Eine Sache noch: Es gibt neben Visual Basic (VB) auch noch Visual Basic Script (VB-Script) und Visual Basic for Applications (VBA). Diese drei Sprachen bauen zwar auf den gleichen Befehlen auf, sind aber beim Programmieren doch um Einiges unterschiedlich, und auch verschieden schwer zu lernen. Ich hoffe, Du weißt, welche dieser Drei Du einsetzten (lernen) willst.

Gruß
Dunsti


----------



## Ingo (14. Juli 2001)

> _Original geschrieben von Dunsti _
> *Eine Sache noch: Es gibt neben Visual Basic (VB) auch noch Visual Basic Script (VB-Script) und Visual Basic for Applications (VBA). Diese drei Sprachen bauen zwar auf den gleichen Befehlen auf, sind aber beim Programmieren doch um Einiges unterschiedlich, und auch verschieden schwer zu lernen. Ich hoffe, Du weißt, welche dieser Drei Du einsetzten (lernen) willst.
> *



Also das was man braucht wenn man bei MS Excel Alt+F11 drückt. Und bei den Tutorials (hab mir die meisten mal angeschaut) werden da irgendwie immer andere Programme beschrieben....


----------



## Alirion (14. Juli 2001)

Das was man aus Excel (und allen anderen Teilen von MS-Office) heraus direkt benutzen kann, ist VBA... VB selber ist um einiges komplexer und teurer (würde sich also keiner kaufen, der keine Ahnung vom Programmieren hat, und da nur mal reinschnuppern will)
Soweit ich weiss, kann man mit VBA auch nur Makros schreiben, keine eigenständigen Programme. Wenn du richtige Programme (*.exe-Dateien) schreiben willst, dann würd ich an deiner Stelle eh mit Pascal oder C++ anfangen, auch wenn das am Anfang ziemlich schwer fällt... Dazu gibts jede Menge kostenlose Compiler (Bloodshed zum Beispiel) und Tutorials im Internet

Regards


----------



## Dunsti (14. Juli 2001)

> Soweit ich weiss, kann man mit VBA auch nur Makros schreiben, keine eigenständigen Programme.

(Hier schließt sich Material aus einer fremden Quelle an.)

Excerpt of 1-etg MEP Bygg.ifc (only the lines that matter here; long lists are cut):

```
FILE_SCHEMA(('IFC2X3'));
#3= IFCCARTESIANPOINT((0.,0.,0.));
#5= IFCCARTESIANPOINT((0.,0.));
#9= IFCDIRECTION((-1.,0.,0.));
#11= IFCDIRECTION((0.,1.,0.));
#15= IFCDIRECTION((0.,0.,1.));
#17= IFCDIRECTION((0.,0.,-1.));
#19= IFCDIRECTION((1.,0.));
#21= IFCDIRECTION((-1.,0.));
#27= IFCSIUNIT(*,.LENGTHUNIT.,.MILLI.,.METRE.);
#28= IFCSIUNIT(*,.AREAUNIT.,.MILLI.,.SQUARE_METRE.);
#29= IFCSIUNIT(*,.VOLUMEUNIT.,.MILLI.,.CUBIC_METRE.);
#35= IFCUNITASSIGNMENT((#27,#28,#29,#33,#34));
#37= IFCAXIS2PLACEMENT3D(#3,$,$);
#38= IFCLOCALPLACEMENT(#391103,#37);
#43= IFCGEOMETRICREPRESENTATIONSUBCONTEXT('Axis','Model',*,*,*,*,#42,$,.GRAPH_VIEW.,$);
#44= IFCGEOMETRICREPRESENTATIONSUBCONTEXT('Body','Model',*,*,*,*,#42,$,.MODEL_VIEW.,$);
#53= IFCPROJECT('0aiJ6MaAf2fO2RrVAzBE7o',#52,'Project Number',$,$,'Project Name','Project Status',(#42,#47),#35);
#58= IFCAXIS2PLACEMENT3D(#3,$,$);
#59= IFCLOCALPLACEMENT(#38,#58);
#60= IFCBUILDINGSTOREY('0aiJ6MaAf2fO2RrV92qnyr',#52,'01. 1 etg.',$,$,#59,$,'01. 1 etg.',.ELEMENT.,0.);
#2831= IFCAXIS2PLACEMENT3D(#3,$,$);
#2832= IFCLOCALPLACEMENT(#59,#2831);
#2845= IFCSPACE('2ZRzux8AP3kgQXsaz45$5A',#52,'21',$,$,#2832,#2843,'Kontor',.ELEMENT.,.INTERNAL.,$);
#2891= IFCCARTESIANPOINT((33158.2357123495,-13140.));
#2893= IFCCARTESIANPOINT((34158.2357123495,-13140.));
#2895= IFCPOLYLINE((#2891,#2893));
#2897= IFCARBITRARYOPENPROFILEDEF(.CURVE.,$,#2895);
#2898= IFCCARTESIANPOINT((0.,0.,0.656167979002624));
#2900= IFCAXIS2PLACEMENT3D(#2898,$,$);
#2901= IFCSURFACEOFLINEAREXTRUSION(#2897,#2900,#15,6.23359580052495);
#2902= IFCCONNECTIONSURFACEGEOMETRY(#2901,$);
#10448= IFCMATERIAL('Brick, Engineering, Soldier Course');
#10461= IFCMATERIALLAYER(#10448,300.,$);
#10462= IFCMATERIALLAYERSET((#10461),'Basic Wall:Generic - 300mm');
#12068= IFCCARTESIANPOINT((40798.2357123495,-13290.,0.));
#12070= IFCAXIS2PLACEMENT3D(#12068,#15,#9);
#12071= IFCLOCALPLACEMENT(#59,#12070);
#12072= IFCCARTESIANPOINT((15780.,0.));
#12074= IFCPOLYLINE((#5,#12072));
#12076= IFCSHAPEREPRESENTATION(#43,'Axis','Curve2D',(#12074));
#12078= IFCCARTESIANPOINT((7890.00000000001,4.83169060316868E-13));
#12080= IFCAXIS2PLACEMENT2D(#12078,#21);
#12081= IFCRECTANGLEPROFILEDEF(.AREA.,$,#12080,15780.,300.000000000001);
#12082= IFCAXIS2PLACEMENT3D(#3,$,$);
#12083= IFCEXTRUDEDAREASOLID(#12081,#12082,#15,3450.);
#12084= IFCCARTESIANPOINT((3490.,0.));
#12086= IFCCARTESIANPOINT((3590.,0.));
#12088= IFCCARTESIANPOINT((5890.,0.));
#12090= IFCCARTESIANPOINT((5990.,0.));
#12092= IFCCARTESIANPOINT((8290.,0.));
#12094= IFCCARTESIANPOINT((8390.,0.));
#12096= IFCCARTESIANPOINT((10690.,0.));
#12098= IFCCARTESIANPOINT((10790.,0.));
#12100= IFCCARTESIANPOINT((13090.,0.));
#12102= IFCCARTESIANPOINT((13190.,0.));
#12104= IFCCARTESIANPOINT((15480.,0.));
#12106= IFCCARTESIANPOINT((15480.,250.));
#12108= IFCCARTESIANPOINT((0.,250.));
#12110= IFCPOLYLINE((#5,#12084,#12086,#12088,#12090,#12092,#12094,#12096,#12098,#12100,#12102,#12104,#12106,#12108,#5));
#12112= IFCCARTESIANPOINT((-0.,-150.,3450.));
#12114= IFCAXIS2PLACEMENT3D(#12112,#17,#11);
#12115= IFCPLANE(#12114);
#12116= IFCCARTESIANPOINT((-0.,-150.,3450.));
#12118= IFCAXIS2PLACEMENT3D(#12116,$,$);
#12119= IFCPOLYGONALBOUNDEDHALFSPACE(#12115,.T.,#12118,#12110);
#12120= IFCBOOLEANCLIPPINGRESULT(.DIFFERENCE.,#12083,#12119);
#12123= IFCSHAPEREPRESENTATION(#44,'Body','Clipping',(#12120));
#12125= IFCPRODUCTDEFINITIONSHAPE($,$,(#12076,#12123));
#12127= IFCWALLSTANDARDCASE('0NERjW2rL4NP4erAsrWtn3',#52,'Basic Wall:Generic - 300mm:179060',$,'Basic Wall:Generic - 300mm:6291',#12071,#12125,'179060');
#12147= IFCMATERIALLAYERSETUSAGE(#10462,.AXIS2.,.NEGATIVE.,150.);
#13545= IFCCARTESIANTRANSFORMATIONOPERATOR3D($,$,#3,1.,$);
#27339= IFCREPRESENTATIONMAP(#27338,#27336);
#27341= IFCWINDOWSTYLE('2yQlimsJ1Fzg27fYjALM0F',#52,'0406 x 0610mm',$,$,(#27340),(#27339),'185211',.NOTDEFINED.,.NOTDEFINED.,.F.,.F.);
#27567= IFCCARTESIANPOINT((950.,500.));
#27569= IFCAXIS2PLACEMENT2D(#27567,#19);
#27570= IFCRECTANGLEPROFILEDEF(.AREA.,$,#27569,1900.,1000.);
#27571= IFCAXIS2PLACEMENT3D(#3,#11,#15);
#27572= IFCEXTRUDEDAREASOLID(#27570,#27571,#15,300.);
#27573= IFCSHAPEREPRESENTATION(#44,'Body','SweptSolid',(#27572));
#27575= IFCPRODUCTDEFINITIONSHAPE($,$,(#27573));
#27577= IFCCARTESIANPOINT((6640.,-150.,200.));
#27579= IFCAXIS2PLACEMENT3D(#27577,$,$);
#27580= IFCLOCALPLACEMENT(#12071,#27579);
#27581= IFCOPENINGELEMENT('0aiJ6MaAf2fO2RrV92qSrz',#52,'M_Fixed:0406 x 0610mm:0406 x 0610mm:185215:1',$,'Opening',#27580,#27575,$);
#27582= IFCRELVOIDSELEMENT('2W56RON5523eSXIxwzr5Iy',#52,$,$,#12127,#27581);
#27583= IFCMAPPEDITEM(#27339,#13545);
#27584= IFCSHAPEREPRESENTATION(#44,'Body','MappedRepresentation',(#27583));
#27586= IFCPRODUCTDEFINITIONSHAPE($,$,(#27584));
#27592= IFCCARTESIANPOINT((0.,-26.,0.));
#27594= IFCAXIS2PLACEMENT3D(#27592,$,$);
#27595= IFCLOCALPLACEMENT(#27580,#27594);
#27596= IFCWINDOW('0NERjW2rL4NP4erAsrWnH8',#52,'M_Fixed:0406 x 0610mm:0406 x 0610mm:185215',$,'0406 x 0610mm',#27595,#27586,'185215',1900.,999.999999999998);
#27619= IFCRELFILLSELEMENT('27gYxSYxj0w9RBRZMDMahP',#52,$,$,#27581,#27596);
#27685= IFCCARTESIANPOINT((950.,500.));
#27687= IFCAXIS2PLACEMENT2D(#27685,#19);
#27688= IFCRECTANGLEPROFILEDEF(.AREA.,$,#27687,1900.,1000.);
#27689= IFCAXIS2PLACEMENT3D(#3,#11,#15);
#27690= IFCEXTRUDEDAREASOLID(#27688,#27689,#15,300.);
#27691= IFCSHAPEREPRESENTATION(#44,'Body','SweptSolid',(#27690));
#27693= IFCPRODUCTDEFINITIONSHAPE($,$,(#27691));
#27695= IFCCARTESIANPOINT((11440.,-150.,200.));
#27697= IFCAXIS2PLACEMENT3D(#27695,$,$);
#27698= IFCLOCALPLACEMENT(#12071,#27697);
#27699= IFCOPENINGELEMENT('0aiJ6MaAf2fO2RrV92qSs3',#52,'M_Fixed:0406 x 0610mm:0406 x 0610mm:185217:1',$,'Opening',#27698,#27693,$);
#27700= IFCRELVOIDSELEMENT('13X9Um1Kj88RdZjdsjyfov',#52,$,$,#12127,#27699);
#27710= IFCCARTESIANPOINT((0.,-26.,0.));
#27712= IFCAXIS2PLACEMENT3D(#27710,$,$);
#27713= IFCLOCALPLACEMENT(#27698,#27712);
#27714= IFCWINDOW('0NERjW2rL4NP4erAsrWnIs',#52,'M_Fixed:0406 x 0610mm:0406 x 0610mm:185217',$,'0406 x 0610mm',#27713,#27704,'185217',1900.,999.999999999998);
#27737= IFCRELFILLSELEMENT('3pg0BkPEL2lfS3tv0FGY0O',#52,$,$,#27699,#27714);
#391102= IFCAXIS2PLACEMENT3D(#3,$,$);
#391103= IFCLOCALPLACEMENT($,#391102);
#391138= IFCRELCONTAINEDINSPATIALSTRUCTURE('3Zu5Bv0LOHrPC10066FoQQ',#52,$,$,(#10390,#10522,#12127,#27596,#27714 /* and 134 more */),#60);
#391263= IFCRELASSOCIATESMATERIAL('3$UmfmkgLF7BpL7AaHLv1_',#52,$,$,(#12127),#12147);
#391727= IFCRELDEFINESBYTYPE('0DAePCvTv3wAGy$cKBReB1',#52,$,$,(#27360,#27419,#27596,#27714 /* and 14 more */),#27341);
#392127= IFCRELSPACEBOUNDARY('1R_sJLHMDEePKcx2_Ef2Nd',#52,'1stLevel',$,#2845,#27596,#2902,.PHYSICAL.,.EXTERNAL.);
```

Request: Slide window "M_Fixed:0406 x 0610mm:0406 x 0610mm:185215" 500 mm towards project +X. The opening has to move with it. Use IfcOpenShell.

```python
import numpy as np
import ifcopenshell
import ifcopenshell.api.geometry
import ifcopenshell.util.placement
import ifcopenshell.util.unit

model = ifcopenshell.open("1-etg MEP Bygg.ifc")
unit_scale = ifcopenshell.util.unit.calculate_unit_scale(model)

window = model.by_id(27596)
opening = window.FillsVoids[0].RelatingOpeningElement
wall = opening.VoidsElements[0].RelatingBuildingElement

wall_matrix = ifcopenshell.util.placement.get_local_placement(wall.ObjectPlacement)
shift = wall_matrix[:3, 0] * -0.5 / unit_scale
before = ifcopenshell.util.placement.get_local_placement(window.ObjectPlacement)[:3, 3].copy()

# The window is placed relative to its opening, so it follows when the opening moves.
matrix = ifcopenshell.util.placement.get_local_placement(opening.ObjectPlacement)
matrix[:3, 3] += shift
ifcopenshell.api.geometry.edit_object_placement(
    model, product=opening, matrix=matrix, is_si=False, should_transform_children=True
)

# Space boundary surfaces are stored in each space's coordinates; move them too.
for rel in window.ProvidesBoundaries:
    if not rel.ConnectionGeometry:
        continue
    surface = rel.ConnectionGeometry.SurfaceOnRelatingElement
    space_matrix = ifcopenshell.util.placement.get_local_placement(rel.RelatingSpace.ObjectPlacement)
    point = np.array(surface.Position.Location.Coordinates) + space_matrix[:3, :3].T @ shift
    surface.Position = model.createIfcAxis2Placement3D(
        model.createIfcCartesianPoint(point.tolist()), surface.Position.Axis, surface.Position.RefDirection
    )

after = ifcopenshell.util.placement.get_local_placement(window.ObjectPlacement)[:3, 3]
print("window moved by", (after - before).round(3) + 0.0)

model.write("1-etg MEP Bygg_edited.ifc")
```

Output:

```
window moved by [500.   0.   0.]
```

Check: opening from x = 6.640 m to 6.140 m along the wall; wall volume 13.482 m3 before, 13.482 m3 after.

das stimmt. Eigenständige Programme kann man zwar "simulieren" (Excel "unsichtbar" im Hintergrund), aber jeder der das Programm ausführen will braucht dann dazu auch Excel.

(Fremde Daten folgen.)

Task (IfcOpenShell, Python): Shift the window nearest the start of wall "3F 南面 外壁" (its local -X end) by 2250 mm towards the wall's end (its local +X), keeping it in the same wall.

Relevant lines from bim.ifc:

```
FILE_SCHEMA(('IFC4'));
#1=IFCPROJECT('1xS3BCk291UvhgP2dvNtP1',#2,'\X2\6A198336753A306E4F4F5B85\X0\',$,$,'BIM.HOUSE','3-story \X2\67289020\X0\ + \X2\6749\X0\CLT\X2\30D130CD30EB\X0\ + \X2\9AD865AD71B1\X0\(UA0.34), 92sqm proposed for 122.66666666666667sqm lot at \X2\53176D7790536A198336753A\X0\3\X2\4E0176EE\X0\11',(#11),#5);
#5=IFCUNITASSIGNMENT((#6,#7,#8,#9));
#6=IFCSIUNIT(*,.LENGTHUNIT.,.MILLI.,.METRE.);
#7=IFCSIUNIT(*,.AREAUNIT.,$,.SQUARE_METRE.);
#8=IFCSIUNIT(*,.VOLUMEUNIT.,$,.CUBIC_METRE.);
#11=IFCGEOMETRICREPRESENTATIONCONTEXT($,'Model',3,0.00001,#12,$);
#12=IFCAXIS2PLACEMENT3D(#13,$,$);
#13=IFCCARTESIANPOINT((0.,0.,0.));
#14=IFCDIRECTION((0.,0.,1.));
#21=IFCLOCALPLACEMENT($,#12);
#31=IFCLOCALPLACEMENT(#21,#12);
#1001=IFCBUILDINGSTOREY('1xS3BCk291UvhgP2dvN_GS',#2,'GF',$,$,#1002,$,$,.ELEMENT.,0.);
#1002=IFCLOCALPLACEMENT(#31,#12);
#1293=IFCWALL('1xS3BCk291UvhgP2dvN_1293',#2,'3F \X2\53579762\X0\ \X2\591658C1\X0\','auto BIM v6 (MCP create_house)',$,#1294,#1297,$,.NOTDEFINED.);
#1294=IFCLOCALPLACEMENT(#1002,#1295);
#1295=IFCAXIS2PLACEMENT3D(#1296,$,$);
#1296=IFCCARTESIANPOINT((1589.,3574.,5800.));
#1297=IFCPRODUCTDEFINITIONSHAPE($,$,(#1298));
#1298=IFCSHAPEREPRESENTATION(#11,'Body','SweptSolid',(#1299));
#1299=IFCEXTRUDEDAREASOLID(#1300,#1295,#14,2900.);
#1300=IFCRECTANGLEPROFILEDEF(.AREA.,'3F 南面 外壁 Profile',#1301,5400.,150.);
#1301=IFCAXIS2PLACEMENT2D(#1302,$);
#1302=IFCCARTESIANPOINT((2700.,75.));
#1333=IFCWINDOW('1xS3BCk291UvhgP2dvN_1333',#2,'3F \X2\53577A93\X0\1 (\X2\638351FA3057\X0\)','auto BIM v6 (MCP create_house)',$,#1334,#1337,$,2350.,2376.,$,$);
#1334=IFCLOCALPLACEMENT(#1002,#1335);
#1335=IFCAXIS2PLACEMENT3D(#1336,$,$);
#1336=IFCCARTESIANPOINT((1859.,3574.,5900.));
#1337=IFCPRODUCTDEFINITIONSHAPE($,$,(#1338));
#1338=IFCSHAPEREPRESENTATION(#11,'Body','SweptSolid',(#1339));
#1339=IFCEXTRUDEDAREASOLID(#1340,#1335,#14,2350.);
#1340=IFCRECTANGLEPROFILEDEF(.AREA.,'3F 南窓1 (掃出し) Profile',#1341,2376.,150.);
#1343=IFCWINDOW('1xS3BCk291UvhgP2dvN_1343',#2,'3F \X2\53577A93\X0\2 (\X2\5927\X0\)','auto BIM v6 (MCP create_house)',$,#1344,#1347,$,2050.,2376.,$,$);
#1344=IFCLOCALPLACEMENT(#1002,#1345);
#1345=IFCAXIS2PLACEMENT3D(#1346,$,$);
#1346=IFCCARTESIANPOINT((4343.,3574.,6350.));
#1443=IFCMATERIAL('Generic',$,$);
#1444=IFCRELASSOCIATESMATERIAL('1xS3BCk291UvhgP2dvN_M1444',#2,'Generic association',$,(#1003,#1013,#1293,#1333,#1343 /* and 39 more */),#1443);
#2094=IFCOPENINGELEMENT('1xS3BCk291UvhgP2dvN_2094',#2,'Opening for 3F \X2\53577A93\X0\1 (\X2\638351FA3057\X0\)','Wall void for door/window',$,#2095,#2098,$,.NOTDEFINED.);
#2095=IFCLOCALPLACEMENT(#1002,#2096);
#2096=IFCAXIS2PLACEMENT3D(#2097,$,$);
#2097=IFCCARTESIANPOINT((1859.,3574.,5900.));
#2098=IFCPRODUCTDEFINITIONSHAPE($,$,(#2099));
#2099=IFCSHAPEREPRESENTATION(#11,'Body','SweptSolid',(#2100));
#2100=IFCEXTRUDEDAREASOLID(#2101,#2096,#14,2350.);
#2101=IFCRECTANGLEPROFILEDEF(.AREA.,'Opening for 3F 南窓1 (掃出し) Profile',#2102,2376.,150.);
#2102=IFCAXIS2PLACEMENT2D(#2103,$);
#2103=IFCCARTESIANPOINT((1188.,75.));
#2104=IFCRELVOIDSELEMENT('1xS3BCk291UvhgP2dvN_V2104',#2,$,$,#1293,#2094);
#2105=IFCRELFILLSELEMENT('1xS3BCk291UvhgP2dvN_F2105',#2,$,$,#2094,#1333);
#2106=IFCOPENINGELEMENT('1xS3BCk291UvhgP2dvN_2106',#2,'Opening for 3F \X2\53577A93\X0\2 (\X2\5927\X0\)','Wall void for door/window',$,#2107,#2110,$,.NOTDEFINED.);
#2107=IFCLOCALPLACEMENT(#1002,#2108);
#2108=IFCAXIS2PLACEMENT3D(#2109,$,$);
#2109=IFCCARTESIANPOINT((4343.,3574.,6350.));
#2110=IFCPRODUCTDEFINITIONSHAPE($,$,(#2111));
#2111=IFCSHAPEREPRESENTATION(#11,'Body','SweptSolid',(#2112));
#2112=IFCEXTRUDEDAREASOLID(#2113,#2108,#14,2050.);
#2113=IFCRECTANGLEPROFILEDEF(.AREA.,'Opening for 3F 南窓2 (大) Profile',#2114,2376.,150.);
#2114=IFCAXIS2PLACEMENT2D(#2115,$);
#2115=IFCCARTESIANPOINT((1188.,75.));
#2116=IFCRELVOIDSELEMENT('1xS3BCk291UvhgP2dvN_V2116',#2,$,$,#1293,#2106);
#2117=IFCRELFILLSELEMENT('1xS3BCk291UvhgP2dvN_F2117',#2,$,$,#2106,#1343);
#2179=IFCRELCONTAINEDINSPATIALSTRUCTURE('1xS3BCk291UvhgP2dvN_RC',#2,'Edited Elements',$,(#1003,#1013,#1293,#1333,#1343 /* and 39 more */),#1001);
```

```python
import ifcopenshell
import ifcopenshell.api.geometry
import ifcopenshell.util.placement

model = ifcopenshell.open("bim.ifc")

window = model.by_guid("1xS3BCk291UvhgP2dvN_1333")
opening = window.FillsVoids[0].RelatingOpeningElement
wall = opening.VoidsElements[0].RelatingBuildingElement

wall_matrix = ifcopenshell.util.placement.get_local_placement(wall.ObjectPlacement)
shift = wall_matrix[:3, 0] * 2250.0
before = ifcopenshell.util.placement.get_local_placement(window.ObjectPlacement)[:3, 3].copy()

# The window is not placed relative to its opening, so move both.
for product in (opening, window):
    matrix = ifcopenshell.util.placement.get_local_placement(product.ObjectPlacement)
    matrix[:3, 3] += shift
    ifcopenshell.api.geometry.edit_object_placement(model, product=product, matrix=matrix, is_si=False)

after = ifcopenshell.util.placement.get_local_placement(window.ObjectPlacement)[:3, 3]
print("window moved by", (after - before).round(3) + 0.0)

model.write("bim_updated.ifc")
```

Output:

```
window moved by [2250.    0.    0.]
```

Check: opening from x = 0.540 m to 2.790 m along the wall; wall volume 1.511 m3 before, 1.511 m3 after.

Bei VBA kann man (je nach Office-Programm) auf die Elemente dieses Programms zugreifen (z.B. in Excel auf Tabellen oder Felder). In VB muss man diese Elemente selbst programmieren.
Man ist dann zwar flexibler, es ist aber um einiges komplizierter.

Ich hab damals so angefangen: (Beispiel Excel)
Es gibt in Excel einen "Makro-Rekorder", damit kannst Du das was Du machst "aufnehmen", und Dir dann die entsprechenden Befehle im VBA-Editor anschauen.
Mit etwas logischem Denken kannst Du dann diese Befehle erweitern und anpassen.

Hoffe das bringt Dir was.

Gruß
Dunsti


----------



## Ingo (14. Juli 2001)

Und wo finde ich gute (verständliche!) Tutorials zu VBA?


----------



## soldjah00 (21. Juli 2001)

*BUCH!*

Ich hab mir jetz ein Buch durchgelesen zum Thema VB und ich finde es ist sehr (!!!) gut zu verstehen!Vor allem für Anfänger!Es ist das Buch: >>VB 6.0 in 21 Tagen<< Ich denke es wird dir sehr weiterhelfen! (nur VB nicht VBA oder VBScript)


----------



## Ingo (21. Juli 2001)

ja, aber ich brauch jetzt ziemlich dringent irgendwas zu VBA und nichts anderes...


----------



## discoguide24.de (22. Juli 2001)

um vb zu erlernen brauchst du gernell nur das "grundverständnis" zu vb(a) ..meinermeinung nach jedenfalls...
wenn du mal in VB, VB-Script oder sogar QBasic reingeschnuppert hjast... dann kapierst du die grundlegenden sachen wie schleifen...erromsgs und so (do..loop..msgbox...for und son scheiss)... also wenn du das ein bisschen draufhast,...aber vor allem VERSTANDEN HAST,...dann kannst du sogar ziemlich gut , in bezug auf VBA,... mit der "ausführlichen VBA Hilfe" in excel auskommen....

ciao


----------